Single by Wayne Newton

from the album Can't You Hear the Song?
- B-side: "You Don't Have to Ask"
- Released: September 1972
- Genre: Pop
- Length: 3:38
- Label: Chelsea Records 105
- Songwriter: Chris Arnold, David Martin, Geoff Morrow
- Producer: Wes Farrell

Wayne Newton singles chronology
| "Daddy Don't You Walk So Fast" (1972) | "Can't You Hear the Song?" (1972) | "Pour Me a Little More Wine" (1973) |

= Can't You Hear the Song? =

"Can't You Hear the Song?" is a song written by Chris Arnold, David Martin, and Geoff Morrow. The trio first released their version as a single in June 1972 under the band name Butterscotch. A few months later, the song was covered by Wayne Newton and released as a single. It reached No. 3 on the U.S. Adult Contemporary chart and No. 48 on the Billboard Hot 100 in 1972. The song also reached No. 8 on the Canadian Adult Contemporary chart and No. 32 on the Canadian Top Singles chart. It was featured on his 1972 album, Can't You Hear the Song?

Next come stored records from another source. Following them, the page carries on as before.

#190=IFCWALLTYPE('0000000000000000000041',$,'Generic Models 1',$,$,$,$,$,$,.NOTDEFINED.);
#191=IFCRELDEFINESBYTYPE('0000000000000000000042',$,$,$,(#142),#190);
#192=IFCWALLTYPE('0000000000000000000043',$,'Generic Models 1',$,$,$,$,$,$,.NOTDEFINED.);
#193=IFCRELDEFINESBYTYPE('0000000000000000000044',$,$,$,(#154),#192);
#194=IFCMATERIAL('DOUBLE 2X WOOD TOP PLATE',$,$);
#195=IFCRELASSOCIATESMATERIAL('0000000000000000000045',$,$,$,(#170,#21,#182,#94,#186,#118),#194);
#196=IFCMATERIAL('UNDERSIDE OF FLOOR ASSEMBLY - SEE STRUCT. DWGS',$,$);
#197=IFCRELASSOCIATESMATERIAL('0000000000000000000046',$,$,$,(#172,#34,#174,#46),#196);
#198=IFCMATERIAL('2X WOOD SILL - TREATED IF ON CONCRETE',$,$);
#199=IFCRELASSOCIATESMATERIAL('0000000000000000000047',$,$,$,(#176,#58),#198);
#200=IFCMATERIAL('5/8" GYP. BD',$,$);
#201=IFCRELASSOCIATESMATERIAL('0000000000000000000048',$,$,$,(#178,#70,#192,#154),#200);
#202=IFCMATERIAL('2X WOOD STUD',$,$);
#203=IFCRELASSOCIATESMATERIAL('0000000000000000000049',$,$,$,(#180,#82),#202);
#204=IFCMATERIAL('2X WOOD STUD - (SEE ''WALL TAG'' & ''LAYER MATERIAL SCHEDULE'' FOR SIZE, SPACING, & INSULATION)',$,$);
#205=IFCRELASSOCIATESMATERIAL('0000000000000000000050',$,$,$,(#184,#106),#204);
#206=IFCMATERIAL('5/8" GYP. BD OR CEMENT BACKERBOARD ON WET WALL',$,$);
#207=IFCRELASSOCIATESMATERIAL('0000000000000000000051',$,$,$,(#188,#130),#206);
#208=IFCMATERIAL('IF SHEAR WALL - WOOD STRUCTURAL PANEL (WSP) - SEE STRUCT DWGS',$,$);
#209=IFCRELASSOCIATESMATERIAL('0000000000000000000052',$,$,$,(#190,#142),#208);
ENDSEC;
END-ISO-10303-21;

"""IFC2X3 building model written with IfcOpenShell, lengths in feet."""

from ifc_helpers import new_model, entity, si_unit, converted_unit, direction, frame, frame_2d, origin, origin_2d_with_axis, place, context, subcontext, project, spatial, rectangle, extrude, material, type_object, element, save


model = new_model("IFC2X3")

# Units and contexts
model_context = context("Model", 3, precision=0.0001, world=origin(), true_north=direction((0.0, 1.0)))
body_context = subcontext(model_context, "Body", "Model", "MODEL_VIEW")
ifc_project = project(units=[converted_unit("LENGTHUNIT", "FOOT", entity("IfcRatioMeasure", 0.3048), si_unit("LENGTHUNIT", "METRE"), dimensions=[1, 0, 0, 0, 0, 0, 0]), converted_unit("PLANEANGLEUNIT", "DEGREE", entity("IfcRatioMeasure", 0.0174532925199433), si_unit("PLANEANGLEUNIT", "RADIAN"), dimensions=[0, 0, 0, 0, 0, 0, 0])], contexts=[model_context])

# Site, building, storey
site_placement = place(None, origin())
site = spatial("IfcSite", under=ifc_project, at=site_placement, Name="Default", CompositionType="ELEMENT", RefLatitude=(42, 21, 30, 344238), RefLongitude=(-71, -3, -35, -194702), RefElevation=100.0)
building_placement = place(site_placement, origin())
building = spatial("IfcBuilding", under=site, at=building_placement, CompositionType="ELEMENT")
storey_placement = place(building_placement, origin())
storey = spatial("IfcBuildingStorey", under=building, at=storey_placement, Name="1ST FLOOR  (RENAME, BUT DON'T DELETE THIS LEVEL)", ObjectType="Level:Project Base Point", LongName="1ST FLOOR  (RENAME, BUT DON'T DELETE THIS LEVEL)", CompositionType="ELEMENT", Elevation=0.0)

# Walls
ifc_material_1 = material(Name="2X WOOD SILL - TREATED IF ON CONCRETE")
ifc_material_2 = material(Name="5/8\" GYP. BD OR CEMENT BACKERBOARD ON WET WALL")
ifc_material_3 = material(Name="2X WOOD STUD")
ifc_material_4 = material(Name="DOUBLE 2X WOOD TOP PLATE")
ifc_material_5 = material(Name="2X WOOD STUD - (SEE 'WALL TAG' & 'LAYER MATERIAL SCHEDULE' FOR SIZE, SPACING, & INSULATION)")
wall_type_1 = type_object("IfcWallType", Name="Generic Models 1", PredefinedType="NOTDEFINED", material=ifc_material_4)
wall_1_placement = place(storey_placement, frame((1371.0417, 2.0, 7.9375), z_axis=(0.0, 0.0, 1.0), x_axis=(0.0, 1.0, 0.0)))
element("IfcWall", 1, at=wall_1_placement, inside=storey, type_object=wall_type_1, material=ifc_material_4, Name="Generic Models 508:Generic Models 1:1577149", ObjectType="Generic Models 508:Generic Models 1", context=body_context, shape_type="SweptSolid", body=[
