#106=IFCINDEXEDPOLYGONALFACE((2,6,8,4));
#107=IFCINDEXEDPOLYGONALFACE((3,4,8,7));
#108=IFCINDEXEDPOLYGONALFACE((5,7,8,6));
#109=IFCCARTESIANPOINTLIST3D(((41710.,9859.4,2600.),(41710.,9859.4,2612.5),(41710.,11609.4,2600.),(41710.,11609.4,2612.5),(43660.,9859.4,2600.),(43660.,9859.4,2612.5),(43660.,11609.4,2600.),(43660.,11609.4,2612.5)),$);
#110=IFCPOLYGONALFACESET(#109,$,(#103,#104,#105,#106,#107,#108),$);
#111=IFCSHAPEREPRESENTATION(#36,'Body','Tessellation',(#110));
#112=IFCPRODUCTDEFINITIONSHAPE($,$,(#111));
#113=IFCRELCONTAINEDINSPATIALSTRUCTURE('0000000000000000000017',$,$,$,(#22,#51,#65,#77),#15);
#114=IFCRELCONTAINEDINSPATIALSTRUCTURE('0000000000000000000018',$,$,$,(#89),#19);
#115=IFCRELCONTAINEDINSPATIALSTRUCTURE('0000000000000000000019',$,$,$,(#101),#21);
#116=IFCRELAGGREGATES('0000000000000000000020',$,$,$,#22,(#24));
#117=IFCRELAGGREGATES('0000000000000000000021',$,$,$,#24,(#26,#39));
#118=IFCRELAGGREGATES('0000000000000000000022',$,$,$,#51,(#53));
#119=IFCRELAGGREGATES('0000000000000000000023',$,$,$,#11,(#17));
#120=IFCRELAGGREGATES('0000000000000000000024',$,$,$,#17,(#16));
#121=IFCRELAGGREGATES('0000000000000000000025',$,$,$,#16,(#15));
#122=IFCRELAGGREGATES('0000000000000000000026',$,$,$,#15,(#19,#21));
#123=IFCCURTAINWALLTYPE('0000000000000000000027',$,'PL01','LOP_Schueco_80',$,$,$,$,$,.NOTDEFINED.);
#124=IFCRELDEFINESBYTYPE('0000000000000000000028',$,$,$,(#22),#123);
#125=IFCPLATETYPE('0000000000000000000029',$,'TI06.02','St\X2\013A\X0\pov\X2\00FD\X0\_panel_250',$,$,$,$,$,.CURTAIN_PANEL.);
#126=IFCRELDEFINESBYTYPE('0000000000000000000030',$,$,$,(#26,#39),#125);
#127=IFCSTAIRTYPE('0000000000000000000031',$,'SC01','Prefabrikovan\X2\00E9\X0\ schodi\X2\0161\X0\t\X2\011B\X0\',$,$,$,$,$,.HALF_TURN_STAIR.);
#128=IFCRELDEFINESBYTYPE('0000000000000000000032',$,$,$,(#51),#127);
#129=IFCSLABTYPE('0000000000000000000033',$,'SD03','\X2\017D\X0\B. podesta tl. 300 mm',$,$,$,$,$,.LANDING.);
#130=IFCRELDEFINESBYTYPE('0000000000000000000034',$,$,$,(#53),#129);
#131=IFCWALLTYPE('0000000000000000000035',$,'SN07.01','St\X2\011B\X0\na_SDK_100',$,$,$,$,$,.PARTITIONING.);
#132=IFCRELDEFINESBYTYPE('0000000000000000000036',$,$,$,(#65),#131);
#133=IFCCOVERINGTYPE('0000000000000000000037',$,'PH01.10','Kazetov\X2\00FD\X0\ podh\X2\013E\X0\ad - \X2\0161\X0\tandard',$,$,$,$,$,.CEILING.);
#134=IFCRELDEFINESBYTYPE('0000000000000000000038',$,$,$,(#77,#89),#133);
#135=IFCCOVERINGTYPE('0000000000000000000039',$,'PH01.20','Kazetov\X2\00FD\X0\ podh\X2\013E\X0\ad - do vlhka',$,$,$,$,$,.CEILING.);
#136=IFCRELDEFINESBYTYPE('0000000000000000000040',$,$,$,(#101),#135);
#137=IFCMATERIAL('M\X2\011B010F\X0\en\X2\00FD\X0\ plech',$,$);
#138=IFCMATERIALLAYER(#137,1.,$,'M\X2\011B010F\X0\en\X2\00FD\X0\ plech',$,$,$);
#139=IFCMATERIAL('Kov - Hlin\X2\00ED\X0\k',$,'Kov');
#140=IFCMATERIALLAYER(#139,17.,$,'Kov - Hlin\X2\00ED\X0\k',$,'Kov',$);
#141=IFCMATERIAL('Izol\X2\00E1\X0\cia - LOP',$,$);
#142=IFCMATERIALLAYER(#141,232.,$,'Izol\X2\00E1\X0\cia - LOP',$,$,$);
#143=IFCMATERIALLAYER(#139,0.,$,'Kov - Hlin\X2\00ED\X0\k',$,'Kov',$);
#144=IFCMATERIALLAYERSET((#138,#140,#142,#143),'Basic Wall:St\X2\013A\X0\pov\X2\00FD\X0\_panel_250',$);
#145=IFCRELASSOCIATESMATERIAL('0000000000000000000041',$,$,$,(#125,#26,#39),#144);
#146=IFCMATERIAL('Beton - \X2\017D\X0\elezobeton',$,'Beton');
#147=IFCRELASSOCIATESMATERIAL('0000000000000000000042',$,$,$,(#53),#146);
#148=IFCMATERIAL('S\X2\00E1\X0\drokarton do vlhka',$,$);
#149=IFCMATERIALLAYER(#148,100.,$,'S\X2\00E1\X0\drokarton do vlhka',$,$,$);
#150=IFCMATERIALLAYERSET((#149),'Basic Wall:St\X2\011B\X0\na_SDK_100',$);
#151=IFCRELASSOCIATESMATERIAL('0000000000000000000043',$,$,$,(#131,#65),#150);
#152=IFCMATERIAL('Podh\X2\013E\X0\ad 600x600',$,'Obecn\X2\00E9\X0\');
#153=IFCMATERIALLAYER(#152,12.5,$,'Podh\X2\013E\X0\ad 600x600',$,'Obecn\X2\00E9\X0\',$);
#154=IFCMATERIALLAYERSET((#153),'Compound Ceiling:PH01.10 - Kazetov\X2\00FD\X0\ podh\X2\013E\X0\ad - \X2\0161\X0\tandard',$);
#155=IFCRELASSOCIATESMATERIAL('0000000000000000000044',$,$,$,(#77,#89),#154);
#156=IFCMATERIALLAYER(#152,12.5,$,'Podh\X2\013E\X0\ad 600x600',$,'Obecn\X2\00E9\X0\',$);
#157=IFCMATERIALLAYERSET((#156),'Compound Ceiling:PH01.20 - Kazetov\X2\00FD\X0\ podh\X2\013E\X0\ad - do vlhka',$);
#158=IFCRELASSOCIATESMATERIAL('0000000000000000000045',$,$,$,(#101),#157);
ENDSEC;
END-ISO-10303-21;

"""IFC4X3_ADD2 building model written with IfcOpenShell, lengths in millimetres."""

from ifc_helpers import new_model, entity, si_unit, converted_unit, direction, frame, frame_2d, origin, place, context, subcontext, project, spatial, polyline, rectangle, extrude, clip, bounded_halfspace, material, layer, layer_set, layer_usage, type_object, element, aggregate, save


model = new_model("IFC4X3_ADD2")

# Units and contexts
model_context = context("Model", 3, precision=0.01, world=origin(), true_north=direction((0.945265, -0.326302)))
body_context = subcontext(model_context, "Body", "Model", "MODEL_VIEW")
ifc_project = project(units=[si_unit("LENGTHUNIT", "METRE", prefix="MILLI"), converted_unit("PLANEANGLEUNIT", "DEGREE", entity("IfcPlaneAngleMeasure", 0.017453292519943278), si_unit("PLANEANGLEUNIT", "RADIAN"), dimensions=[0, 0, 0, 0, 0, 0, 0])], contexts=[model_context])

The song was produced by Wes Farrell and arranged by Mike Melvoin.

==Other versions==
- Gerry Marsden released a version in August 1974 as the B-side to his single "They Don't Make Days Like That Any More".
- Guys 'n' Dolls released a version of the song in April 1975 as the B-side to their single "Here I Go Again".